金メダルを取りたい一心で、マラソンの指導に人生を掛けた小出監督。常識に囚われない独自のトレーニング方法は、世界一の練習量と言われた過酷なトレーニングだった。さらに、選手のモチベーションをあげるため、褒めて褒めて褒めちぎる、指導方法。小出マジックと言われた監督の愛情あふれる一つ一つの言葉が選手たちの限界値を引き上げ、世界へと羽ばたかせた。

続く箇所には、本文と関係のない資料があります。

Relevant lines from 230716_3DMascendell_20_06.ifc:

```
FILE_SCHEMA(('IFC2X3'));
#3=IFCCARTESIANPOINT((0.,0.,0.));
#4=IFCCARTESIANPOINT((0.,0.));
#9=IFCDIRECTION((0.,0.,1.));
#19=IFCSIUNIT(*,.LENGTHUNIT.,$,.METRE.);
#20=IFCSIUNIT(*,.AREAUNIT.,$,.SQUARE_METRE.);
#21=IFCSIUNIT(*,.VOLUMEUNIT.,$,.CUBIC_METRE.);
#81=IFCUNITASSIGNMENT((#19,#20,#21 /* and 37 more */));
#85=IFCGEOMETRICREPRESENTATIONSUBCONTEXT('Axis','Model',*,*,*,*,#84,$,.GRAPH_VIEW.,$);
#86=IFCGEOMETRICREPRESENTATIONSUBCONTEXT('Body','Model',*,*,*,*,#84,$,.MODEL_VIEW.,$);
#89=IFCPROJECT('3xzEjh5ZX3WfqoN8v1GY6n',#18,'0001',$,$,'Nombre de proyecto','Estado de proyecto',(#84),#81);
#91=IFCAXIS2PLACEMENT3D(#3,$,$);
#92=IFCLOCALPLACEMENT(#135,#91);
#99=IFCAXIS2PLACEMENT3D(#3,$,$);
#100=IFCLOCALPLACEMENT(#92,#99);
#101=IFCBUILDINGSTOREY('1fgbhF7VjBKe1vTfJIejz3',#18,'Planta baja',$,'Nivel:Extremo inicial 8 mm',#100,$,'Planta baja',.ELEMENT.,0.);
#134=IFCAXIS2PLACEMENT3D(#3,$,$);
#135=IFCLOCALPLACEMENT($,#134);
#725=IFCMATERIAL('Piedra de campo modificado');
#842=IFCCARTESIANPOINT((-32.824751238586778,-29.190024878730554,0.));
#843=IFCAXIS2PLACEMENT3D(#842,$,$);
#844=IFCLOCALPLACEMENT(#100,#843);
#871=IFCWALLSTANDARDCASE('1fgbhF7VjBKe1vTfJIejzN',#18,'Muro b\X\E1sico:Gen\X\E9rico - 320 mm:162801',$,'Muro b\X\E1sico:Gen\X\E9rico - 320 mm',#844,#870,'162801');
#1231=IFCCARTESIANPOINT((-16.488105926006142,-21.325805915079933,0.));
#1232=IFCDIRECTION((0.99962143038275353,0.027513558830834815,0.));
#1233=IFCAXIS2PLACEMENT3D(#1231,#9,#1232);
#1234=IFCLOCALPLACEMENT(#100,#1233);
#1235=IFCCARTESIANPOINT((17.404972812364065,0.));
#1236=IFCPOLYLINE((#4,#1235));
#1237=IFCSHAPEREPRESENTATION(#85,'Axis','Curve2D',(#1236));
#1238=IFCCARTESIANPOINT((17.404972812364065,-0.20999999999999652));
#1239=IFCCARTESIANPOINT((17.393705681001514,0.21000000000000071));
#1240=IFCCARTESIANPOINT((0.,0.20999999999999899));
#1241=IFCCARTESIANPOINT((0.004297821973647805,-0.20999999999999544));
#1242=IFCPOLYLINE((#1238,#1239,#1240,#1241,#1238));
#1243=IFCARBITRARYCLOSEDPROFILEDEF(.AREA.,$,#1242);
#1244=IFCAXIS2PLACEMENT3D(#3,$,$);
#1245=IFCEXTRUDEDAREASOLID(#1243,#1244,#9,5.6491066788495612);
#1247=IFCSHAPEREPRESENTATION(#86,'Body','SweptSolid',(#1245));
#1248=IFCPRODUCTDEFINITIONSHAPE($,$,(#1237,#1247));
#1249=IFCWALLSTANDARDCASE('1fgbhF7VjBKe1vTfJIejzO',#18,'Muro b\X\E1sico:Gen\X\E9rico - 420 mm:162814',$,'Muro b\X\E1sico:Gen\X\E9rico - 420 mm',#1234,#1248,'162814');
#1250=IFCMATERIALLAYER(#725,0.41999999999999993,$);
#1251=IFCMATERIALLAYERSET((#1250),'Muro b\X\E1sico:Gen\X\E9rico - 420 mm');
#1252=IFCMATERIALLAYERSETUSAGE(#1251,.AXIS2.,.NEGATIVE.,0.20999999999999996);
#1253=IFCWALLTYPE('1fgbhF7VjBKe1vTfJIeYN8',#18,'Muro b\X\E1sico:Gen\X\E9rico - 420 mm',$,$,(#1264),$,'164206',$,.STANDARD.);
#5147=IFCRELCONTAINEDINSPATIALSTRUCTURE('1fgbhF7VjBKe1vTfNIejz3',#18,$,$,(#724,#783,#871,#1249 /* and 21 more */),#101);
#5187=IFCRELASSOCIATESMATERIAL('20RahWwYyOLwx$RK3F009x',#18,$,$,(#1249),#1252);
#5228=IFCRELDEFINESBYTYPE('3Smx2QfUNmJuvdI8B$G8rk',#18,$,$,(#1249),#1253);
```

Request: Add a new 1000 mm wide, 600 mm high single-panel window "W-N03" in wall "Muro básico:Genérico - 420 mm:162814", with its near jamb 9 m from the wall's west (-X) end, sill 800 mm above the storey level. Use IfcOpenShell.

```python
import numpy as np
import ifcopenshell
import ifcopenshell.api.feature
import ifcopenshell.api.geometry
import ifcopenshell.api.root
import ifcopenshell.api.spatial
import ifcopenshell.api.type
import ifcopenshell.geom
import ifcopenshell.util.element
import ifcopenshell.util.placement
import ifcopenshell.util.representation
import ifcopenshell.util.shape
import ifcopenshell.util.unit

model = ifcopenshell.open("230716_3DMascendell_20_06.ifc")
unit_scale = ifcopenshell.util.unit.calculate_unit_scale(model)
settings = ifcopenshell.geom.settings()


def volume(element):
    """Net volume in cubic metres, openings subtracted."""
    shape = ifcopenshell.geom.create_shape(settings, element)
    return ifcopenshell.util.shape.get_volume(shape.geometry)


wall = model.by_guid("1fgbhF7VjBKe1vTfJIejzO")
storey = ifcopenshell.util.element.get_container(wall, ifc_class="IfcBuildingStorey")
context = ifcopenshell.util.representation.get_context(model, "Model", "Body", "MODEL_VIEW")
before = volume(wall)

width, height, from_end, sill = 1, 0.6, 9, 0.8  # metres

# The wall runs along its own X axis, and the end named is its -X end.
wall_shape = ifcopenshell.geom.create_shape(settings, wall)
x, y, z = ifcopenshell.util.shape.get_vertices(wall_shape.geometry).T
start = x.min() + from_end
face, thickness = float(y.min()), float(y.max() - y.min())
wall_matrix = ifcopenshell.util.placement.get_local_placement(wall.ObjectPlacement)
level = ifcopenshell.util.placement.get_local_placement(storey.ObjectPlacement)[2, 3]


def in_wall(x, y):
    """Placement at x, y metres in the wall's axes, at sill height."""
    matrix = wall_matrix.copy()
    matrix[:, 3] = wall_matrix @ np.array([x / unit_scale, y / unit_scale, 0.0, 1.0])
    matrix[2, 3] = level + sill / unit_scale
    return matrix


# Opening: a box that overshoots both wall faces by 50 mm.
opening = ifcopenshell.api.root.create_entity(model, ifc_class="IfcOpeningElement")
box = ifcopenshell.api.geometry.add_wall_representation(
    model, context=context, length=width, height=height, thickness=thickness + 0.1
)
ifcopenshell.api.geometry.assign_representation(model, product=opening, representation=box)
ifcopenshell.api.geometry.edit_object_placement(model, product=opening, matrix=in_wall(start, face - 0.05), is_si=False)
ifcopenshell.api.feature.add_feature(model, feature=opening, element=wall)

window = ifcopenshell.api.root.create_entity(model, ifc_class="IfcWindow", name="W-N03")
window.OverallWidth, window.OverallHeight = width / unit_scale, height / unit_scale
body = ifcopenshell.api.geometry.add_window_representation(
    model,
    context=context,
    overall_width=window.OverallWidth,
    overall_height=window.OverallHeight,
    partition_type="SINGLE_PANEL",
)
ifcopenshell.api.geometry.assign_representation(model, product=window, representation=body)
ifcopenshell.api.spatial.assign_container(model, products=[window], relating_structure=storey)
fills = ifcopenshell.api.feature.add_filling(model, opening=opening, element=window)
fills.OwnerHistory = window.OwnerHistory  # required in IFC2X3

# IFC2X3 keeps the operation on the window style.
style = ifcopenshell.api.root.create_entity(model, ifc_class="IfcWindowStyle", name="W-N03")
style.OperationType, style.ConstructionType = "SINGLE_PANEL", "NOTDEFINED"
style.ParameterTakesPrecedence = style.Sizeable = False
ifcopenshell.api.type.assign_type(model, related_objects=[window], relating_type=style)

# Centre the window in the wall's thickness.
ifcopenshell.api.geometry.edit_object_placement(model, product=window, matrix=in_wall(start, face), is_si=False)
window_shape = ifcopenshell.geom.create_shape(settings, window)
depth = ifcopenshell.util.shape.get_vertices(window_shape.geometry)[:, 1]
offset = face + thickness / 2 - (depth.min() + depth.max()) / 2
ifcopenshell.api.geometry.edit_object_placement(model, product=window, matrix=in_wall(start, offset), is_si=False)

after = volume(wall)

print(f"wall volume {before:.3f} -> {after:.3f} m3")

model.write("230716_3DMascendell_20_06_v2.ifc")
```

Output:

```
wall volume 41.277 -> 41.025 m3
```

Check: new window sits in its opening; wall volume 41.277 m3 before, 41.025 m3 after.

我々が独自取材で監督を追い続けていた中で、最後の取材となった、亡くなる2か月前の合宿、宿泊先でのインタビュー。そこで最後にカメラに語ったのも、マラソンへの溢れる情熱だった。「やればまだまだ金メダルの自信あるよ。」そう力強く語っていた…
しかし、その2か月後、2019年4月24日、小出義雄監督は肺炎のため、80歳でこの世を去った。通夜・葬儀には教え子や陸上関係者など、およそ600人が参列。最後の別れを告げた。女子マラソン界の一時代を築いた監督・小出義雄。マラソンにかけた、その80年の人生の一端を、われわれは伝えてきた。あなたが見せてくれた、とびっきりの優しさと笑顔を、決して、忘れない。